XCI investigation using golden standard methods of the AR and RP2 genes

Two hundred ng of genomic DNA were cut using methylation sensitive HpaII FastDigest in a total volume of 20 µl following manufacturer’s instructions (Thermo Fisher Scientific). PCR spanning the AR gene was performed using Long-range PCR kit (Qiagen) with input of 50 ng DNA or 2 µl digested DNA with primers and cycling conditions described before45. The RP2 gene was amplified in a 20 µl reaction containing 1X PCR reaction buffer, 250 nM dNTPs, 1uM of each primer, 1U Taq polymerase, 50 ng DNA or 2 µl digested DNA with primers and thermal cycler conditions described before46. Genotyping was performed using FLA on the 3130xl ABI Genetic Analyzer with ROX500 Size Standard (Thermo Fisher Scientific). The Amplified Fragment Length Polymorphism (AFLP) was determined using Geneious Prime version 2022.01 with microsatellite plugin (https://www.geneious.com). The peak heights were measured using ImageJ software63 followed by calculation of the height ratio. DNA from a female sample with known XCI pattern (100:0) were used as a control throughout the analysis pipeline.

XCI investigation using XCI-ONT of the AR and RP2 genes

Three CRISPR RNAs (crRNAs) on both sides of each region of interest in the AR and RP2 genes were designed using CHOPCHOP64 and selected according to the previously described instructions (Cas-mediated PCR-free enrichment protocol version: ENR_9084_v109_revD_04Dec2018). All custom designed Alt-R crRNAs (Integrated DNA Technologies, Supplementary Table 2) were pooled as an equimolar mix of crRNAs (100 µM) and assembled with trans-activating crRNAs (tracrRNAs) (Integrated DNA Technologies, cat 1073190) using Duplex buffer (Integrated DNA Technologies, cat 11010301) according to manufacturer’s instructions. Cas9 enrichment was performed according to manufacturer’s instructions using on 4–5 μg DNA and Long fragment buffer (Cas-mediated PCR-free enrichment protocol SQK-CS9109). Samples were run on a MinION R9.4.1 flow cell and operated using the MinKNOW software (version 20.10.3).
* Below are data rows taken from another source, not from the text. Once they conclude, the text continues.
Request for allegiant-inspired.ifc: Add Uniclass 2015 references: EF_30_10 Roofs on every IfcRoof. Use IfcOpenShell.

First a look at what the model holds.

```python
import ifcopenshell

model = ifcopenshell.open("allegiant-inspired.ifc")
print(model.schema)
print("classifications:", [c.Name for c in model.by_type("IfcClassification")])
for ifc_class in ("IfcDoor", "IfcRoof", "IfcStair", "IfcWall", "IfcWindow"):
    print(ifc_class, len(model.by_type(ifc_class)))
```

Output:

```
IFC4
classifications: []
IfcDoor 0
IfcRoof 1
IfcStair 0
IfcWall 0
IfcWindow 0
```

```python
import ifcopenshell
import ifcopenshell.api.classification

model = ifcopenshell.open("allegiant-inspired.ifc")

system = ifcopenshell.api.classification.add_classification(model, classification="Uniclass 2015")

codes = {
    "IfcRoof": ("EF_30_10", "Roofs"),
}
for ifc_class, (code, name) in codes.items():
    products = model.by_type(ifc_class)
    ifcopenshell.api.classification.add_reference(
        model, products=products, classification=system, identification=code, name=name
    )
    print(code, len(products))

model.write("allegiant-inspired-out.ifc")
```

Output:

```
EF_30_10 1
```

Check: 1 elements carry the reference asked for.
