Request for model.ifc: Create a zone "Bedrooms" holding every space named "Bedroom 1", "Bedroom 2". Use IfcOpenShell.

First a look at what the model holds.

```python
import ifcopenshell

model = ifcopenshell.open("model.ifc")
print(model.schema)
seen = {}
for space in model.by_type("IfcSpace"):
    seen[space.Name] = seen.get(space.Name, 0) + 1
for name, count in sorted(seen.items(), key=str):
    print(count, "x", name)
print("zones:", [z.Name for z in model.by_type("IfcZone")][:20])
```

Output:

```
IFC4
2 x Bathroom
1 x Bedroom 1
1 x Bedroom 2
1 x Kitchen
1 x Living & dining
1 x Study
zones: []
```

```python
import ifcopenshell
import ifcopenshell.api.group
import ifcopenshell.api.root

model = ifcopenshell.open("model.ifc")

names = {"Bedroom 1", "Bedroom 2"}
spaces = [s for s in model.by_type("IfcSpace") if s.Name in names]

zone = ifcopenshell.api.root.create_entity(model, ifc_class="IfcZone", name="Bedrooms")
ifcopenshell.api.group.assign_group(model, products=spaces, group=zone)
print(len(spaces), "spaces in", zone.Name)

model.write("model_rev.ifc")
```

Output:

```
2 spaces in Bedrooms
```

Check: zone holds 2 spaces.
Methylation analysis of Oxford nanopore data

Base calling was performed using Bonito basecaller (version 0.3.8) and reads were aligned to the human reference genome (GRCh38/hg38) using minimap2 (version 2.18-r1015). Only reads targeting the regions of interest in the AR (chrX:67543761–67546170, hg38) and RP2 gene (chrX:46836539–46837273, hg38) were considered for further analysis. To enable repeat-calling, an in-house database was created with reference genomes in containing 5–40 CAG repeats (AR gene) and 5–30 GAAA repeats (RP2 gene). The range of repeat numbers used in the alignment has previously been described in the unaffected general population (ranging from 9 to 38 in AR and 10–20 in RP2)46,65. Repeat calling was performed by alignment to the in-house database using minimap2 (version 2.18-r1015) and number of repeats in the reads were identified using Integrative Genomics Viewer (version 2.10.0, base quality > 20). The data were visualized by plotting the number of reads (y-axis) containing any repeat in the range of 5–40 repeats in AR or 5–30 repeats in RP2 (x-axis) (Supplementary Fig. 3). The reads were divided into haplotypes based on the repeat count and comparison with the golden standard results. Methylation calling and calculation of the methylation frequency was performed using Nanopolish software package (version 0.12.0). Only sites with a log-likelihood ratio > 2.5 (methylated) or < − 2.5 (unmethylated) were included in the methylation analysis (Supplementary Fig. 5). Bam-files were converted using the “converting bam for igv” package66 and the methylation status was visualized using Integrative Genomics Viewer bisulfite mode CG (version 2.10.0). The XCI status was established by using the average methylation frequency in the chrX:67543761–67546170 region (AR gene, 116 CpG sites, hg38) and chrX:46836539–46837273 region (RP2 gene, 58 CpG sites, hg38) followed by calculating the ratio of the average methylation between the alleles in each gene.